Alfred F. Pirrone, D/B/A Pirrone Wine Cellars v. Monarch Wine Company of Georgia

497 F.2d 25, 14 U.C.C. Rep. Serv. (West) 1298, 1974 U.S. App. LEXIS 7706
CourtCourt of Appeals for the Fifth Circuit
DecidedJuly 10, 1974
Docket73-2913
StatusPublished

This text of 497 F.2d 25 (Alfred F. Pirrone, D/B/A Pirrone Wine Cellars v. Monarch Wine Company of Georgia) is published on Counsel Stack Legal Research, covering Court of Appeals for the Fifth Circuit primary law. Counsel Stack provides free access to over 12 million legal documents including statutes, case law, regulations, and constitutions.

Bluebook
Alfred F. Pirrone, D/B/A Pirrone Wine Cellars v. Monarch Wine Company of Georgia, 497 F.2d 25, 14 U.C.C. Rep. Serv. (West) 1298, 1974 U.S. App. LEXIS 7706 (5th Cir. 1974).

Opinion

GEE, Circuit Judge:

This diversity contract action was brought by Alfred F. Pirrone (Pirrone), a California wine-maker of modest capacity, against Monarch Wine Company of Georgia (Monarch), the nation’s largest purchaser of peach brandy.

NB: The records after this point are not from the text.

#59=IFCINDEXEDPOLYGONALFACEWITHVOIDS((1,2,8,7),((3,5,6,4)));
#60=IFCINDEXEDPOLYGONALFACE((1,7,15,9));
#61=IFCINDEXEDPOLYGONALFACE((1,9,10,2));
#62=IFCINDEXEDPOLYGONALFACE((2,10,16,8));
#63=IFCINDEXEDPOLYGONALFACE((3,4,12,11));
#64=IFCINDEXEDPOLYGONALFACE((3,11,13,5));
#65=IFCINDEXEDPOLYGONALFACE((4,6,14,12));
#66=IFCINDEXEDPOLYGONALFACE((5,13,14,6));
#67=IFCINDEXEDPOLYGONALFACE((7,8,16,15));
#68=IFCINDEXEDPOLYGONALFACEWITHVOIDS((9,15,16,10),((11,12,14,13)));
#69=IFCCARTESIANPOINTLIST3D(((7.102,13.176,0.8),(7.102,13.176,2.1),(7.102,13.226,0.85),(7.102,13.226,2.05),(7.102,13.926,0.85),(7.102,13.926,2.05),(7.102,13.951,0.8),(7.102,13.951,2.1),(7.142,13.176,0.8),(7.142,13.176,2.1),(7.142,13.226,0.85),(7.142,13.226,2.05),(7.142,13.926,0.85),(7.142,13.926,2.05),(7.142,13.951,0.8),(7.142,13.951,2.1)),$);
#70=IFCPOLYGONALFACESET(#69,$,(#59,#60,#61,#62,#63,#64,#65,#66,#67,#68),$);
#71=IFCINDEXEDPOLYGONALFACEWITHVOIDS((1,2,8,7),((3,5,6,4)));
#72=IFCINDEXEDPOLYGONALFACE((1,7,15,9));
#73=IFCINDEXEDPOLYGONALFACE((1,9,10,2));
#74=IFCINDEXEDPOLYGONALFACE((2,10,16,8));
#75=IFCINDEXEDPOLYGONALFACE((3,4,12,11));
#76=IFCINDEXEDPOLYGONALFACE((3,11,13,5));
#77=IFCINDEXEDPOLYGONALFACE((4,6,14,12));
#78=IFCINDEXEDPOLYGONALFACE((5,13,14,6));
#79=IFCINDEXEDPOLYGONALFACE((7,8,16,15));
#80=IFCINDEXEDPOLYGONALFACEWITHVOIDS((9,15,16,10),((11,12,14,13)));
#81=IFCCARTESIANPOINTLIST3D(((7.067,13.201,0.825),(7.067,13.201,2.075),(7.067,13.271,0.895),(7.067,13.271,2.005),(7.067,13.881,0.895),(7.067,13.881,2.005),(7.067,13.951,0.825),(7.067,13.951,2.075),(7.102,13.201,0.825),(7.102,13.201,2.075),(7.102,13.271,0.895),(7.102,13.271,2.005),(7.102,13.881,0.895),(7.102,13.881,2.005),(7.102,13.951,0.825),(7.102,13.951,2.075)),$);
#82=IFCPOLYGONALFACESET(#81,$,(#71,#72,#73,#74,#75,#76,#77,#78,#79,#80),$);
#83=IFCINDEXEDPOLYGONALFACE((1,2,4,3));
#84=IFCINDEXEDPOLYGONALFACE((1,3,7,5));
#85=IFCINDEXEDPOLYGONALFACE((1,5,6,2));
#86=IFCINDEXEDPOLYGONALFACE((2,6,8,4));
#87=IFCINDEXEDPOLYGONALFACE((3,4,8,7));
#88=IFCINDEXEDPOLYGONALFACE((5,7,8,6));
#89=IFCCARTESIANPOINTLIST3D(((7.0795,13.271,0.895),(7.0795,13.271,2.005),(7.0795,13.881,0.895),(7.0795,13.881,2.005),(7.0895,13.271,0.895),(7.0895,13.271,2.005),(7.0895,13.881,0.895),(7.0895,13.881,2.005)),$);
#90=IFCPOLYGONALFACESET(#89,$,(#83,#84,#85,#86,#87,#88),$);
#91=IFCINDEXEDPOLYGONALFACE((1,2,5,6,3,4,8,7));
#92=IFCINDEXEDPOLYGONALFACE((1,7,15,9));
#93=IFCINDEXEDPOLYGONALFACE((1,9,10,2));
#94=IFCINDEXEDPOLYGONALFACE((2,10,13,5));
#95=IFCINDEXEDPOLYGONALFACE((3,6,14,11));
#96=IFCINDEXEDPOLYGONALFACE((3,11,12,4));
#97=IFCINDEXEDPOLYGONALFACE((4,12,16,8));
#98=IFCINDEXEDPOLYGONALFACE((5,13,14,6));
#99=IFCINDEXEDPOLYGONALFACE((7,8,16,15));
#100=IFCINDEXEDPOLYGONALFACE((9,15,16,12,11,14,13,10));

From a jury verdict for Pirrone, Monarch appeals. We affirm in part and in part reverse.

Peach brandy is an off-season crop for California wine-makers such as Pirrone. Since peach production there occurs from late June into August, it is possible to produce this brandy and clear production facilities of it in time for the major activity, grape-crushing, which commences in late summer or early fall. In January of 1968, Pirrone executed a written contract with Monarch to produce and sell to it 150,000 proof gallons of the brandy for each of the 1968 and 1969 crop seasons at $.75 per proof gallon. Monarch was to have the option to buy 30,000 additional proof gallons each year should Pirrone produce so much, and Pirrone was to produce peach brandy for no one else during these years. A shipping schedule was provided by which about half the brandy was to be shipped during the period of production and the remainder in five equal monthly carloads thereafter.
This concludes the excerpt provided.